### DATASET ENTRIES
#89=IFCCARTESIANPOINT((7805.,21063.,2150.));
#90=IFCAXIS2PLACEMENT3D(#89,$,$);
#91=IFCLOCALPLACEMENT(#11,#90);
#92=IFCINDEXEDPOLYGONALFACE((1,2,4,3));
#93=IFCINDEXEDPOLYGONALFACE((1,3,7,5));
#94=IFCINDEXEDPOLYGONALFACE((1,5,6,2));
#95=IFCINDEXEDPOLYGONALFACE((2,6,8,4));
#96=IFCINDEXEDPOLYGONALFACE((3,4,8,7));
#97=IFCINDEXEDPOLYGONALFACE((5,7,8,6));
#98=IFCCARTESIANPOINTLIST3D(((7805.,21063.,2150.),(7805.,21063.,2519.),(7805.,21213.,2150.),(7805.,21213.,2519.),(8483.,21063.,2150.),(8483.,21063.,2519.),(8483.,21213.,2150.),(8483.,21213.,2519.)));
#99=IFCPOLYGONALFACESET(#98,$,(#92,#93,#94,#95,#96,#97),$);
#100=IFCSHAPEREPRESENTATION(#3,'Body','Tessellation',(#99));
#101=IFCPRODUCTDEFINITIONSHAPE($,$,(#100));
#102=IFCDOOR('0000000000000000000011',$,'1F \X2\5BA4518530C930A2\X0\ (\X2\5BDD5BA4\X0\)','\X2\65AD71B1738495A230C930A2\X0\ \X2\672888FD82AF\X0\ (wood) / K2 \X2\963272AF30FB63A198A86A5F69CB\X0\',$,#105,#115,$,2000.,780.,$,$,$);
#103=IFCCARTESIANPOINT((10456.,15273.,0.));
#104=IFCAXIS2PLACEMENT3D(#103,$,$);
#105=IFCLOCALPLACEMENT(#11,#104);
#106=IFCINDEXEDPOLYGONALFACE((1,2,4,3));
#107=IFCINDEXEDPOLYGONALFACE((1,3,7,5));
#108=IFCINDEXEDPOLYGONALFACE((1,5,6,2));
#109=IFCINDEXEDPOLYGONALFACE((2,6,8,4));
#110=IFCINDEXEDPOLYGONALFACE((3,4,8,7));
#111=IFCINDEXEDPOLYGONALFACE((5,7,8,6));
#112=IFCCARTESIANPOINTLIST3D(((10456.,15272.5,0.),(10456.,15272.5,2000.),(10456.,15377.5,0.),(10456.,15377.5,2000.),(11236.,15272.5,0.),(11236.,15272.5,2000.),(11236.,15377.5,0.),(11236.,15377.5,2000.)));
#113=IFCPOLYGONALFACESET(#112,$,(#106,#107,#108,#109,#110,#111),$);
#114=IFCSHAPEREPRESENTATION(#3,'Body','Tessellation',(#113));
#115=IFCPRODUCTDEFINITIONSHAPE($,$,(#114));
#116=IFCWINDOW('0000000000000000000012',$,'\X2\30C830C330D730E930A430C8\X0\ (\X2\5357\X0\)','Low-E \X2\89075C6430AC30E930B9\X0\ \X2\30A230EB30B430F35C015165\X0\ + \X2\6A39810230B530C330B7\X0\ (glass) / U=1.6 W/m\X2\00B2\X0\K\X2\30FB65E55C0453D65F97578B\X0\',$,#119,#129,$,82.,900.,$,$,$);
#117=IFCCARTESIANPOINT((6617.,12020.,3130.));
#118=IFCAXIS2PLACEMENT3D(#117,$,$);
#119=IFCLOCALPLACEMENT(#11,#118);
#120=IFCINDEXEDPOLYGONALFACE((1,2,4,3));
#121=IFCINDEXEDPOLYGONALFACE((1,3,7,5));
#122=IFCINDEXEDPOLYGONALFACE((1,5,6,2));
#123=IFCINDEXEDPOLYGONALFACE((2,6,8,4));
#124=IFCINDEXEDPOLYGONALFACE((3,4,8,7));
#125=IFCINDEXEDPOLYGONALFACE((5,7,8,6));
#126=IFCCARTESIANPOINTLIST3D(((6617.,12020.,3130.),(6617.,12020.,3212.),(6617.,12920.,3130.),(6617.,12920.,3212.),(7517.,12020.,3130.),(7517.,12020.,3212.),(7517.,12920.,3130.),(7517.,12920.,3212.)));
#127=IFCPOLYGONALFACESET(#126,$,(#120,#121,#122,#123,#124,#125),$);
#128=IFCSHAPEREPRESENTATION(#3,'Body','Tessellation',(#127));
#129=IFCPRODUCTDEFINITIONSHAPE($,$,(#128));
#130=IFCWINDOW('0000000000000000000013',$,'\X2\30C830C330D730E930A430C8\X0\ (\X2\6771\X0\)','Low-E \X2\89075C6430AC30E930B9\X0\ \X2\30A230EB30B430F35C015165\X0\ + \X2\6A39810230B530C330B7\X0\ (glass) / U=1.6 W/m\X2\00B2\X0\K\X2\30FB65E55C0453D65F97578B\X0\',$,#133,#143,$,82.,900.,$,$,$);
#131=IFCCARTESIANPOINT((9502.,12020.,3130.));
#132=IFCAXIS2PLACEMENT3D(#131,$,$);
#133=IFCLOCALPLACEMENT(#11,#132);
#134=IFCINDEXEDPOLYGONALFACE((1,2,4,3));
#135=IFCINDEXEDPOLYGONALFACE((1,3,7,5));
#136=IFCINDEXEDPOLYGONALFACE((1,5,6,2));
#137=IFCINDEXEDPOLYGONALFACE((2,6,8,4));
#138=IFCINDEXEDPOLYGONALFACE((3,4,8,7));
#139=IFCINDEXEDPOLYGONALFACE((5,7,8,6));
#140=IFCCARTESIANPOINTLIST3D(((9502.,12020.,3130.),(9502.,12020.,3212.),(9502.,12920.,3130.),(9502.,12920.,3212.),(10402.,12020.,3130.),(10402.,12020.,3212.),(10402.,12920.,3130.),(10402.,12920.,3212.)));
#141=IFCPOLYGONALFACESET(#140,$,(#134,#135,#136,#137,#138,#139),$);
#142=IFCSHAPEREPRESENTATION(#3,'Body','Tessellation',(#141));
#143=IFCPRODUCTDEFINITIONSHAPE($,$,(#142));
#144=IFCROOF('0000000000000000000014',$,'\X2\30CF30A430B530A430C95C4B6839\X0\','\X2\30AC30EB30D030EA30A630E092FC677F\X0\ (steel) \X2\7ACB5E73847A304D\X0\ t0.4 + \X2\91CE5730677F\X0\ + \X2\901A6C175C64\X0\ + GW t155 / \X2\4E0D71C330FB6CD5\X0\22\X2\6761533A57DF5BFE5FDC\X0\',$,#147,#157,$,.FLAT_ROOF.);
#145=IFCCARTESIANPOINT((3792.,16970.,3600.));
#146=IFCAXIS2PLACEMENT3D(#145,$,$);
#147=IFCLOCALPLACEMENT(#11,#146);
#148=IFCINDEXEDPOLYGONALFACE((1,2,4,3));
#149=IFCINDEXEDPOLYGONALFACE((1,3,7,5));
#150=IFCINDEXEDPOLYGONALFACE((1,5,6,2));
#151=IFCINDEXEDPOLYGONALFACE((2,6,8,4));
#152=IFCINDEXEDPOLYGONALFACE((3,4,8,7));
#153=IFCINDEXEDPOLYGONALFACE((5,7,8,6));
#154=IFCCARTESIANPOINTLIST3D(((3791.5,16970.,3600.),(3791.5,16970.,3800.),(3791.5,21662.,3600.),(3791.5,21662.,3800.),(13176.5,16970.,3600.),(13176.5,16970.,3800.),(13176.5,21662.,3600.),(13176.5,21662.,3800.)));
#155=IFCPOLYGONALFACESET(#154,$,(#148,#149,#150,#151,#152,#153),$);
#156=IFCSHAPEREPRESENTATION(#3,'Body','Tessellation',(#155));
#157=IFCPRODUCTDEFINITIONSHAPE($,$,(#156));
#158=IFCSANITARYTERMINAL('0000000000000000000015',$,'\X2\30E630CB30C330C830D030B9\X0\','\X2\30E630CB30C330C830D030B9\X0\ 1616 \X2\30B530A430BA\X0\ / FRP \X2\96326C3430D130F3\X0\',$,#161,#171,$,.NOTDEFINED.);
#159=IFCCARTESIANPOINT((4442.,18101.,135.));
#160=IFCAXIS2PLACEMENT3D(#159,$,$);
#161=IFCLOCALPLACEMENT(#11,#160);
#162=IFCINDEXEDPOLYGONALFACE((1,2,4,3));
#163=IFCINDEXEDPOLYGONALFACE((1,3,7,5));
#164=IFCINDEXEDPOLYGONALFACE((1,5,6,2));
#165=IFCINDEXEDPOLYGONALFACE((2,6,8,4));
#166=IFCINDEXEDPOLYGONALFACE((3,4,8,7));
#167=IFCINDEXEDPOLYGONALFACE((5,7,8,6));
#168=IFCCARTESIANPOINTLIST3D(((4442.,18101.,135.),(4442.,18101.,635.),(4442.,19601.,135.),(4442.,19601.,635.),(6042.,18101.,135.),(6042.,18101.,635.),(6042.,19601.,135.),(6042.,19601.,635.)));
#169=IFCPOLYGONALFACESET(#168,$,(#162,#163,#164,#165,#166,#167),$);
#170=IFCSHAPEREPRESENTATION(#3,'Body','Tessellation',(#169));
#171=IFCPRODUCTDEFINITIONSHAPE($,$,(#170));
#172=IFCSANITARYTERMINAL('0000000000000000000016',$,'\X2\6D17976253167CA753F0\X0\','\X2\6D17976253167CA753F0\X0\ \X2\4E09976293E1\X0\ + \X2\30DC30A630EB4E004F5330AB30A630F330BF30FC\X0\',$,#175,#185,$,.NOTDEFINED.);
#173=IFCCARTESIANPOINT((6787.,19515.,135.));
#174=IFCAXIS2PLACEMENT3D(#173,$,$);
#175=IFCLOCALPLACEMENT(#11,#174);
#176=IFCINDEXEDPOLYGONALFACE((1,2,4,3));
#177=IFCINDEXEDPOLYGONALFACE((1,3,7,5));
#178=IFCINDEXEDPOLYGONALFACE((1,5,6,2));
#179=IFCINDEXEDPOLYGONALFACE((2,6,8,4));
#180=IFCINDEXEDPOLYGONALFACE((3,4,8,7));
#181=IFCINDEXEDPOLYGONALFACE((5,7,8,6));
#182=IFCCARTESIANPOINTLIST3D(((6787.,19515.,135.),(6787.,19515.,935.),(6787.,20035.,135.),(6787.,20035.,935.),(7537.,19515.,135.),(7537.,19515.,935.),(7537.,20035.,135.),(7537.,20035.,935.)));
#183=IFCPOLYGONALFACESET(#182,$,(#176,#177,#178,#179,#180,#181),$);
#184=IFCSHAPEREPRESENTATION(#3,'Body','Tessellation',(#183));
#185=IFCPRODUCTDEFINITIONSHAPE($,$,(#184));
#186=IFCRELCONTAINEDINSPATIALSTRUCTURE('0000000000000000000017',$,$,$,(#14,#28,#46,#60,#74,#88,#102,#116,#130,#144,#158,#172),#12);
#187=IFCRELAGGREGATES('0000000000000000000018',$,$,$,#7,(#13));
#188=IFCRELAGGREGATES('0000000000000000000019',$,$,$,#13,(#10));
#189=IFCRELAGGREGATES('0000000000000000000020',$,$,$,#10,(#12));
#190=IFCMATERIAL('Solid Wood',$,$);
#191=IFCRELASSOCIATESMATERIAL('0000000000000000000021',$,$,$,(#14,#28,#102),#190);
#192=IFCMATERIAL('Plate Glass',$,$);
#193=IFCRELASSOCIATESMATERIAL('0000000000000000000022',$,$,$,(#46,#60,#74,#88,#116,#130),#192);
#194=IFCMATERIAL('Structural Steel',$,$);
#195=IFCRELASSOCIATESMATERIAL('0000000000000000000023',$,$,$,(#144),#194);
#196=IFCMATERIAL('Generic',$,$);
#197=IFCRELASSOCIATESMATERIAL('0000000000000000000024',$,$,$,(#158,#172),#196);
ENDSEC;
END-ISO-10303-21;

### INSTRUCTIONS FOR THE TASK
Take the lines above from the one holding "#189=IFCRELAGGREGATES('0000000000000000000020',$,$,$,#10,(#12));" to the last and output them exactly.

### TASK OUTPUT
#189=IFCRELAGGREGATES('0000000000000000000020',$,$,$,#10,(#12));
#190=IFCMATERIAL('Solid Wood',$,$);
#191=IFCRELASSOCIATESMATERIAL('0000000000000000000021',$,$,$,(#14,#28,#102),#190);
#192=IFCMATERIAL('Plate Glass',$,$);
#193=IFCRELASSOCIATESMATERIAL('0000000000000000000022',$,$,$,(#46,#60,#74,#88,#116,#130),#192);
#194=IFCMATERIAL('Structural Steel',$,$);
#195=IFCRELASSOCIATESMATERIAL('0000000000000000000023',$,$,$,(#144),#194);
#196=IFCMATERIAL('Generic',$,$);
#197=IFCRELASSOCIATESMATERIAL('0000000000000000000024',$,$,$,(#158,#172),#196);
ENDSEC;
END-ISO-10303-21;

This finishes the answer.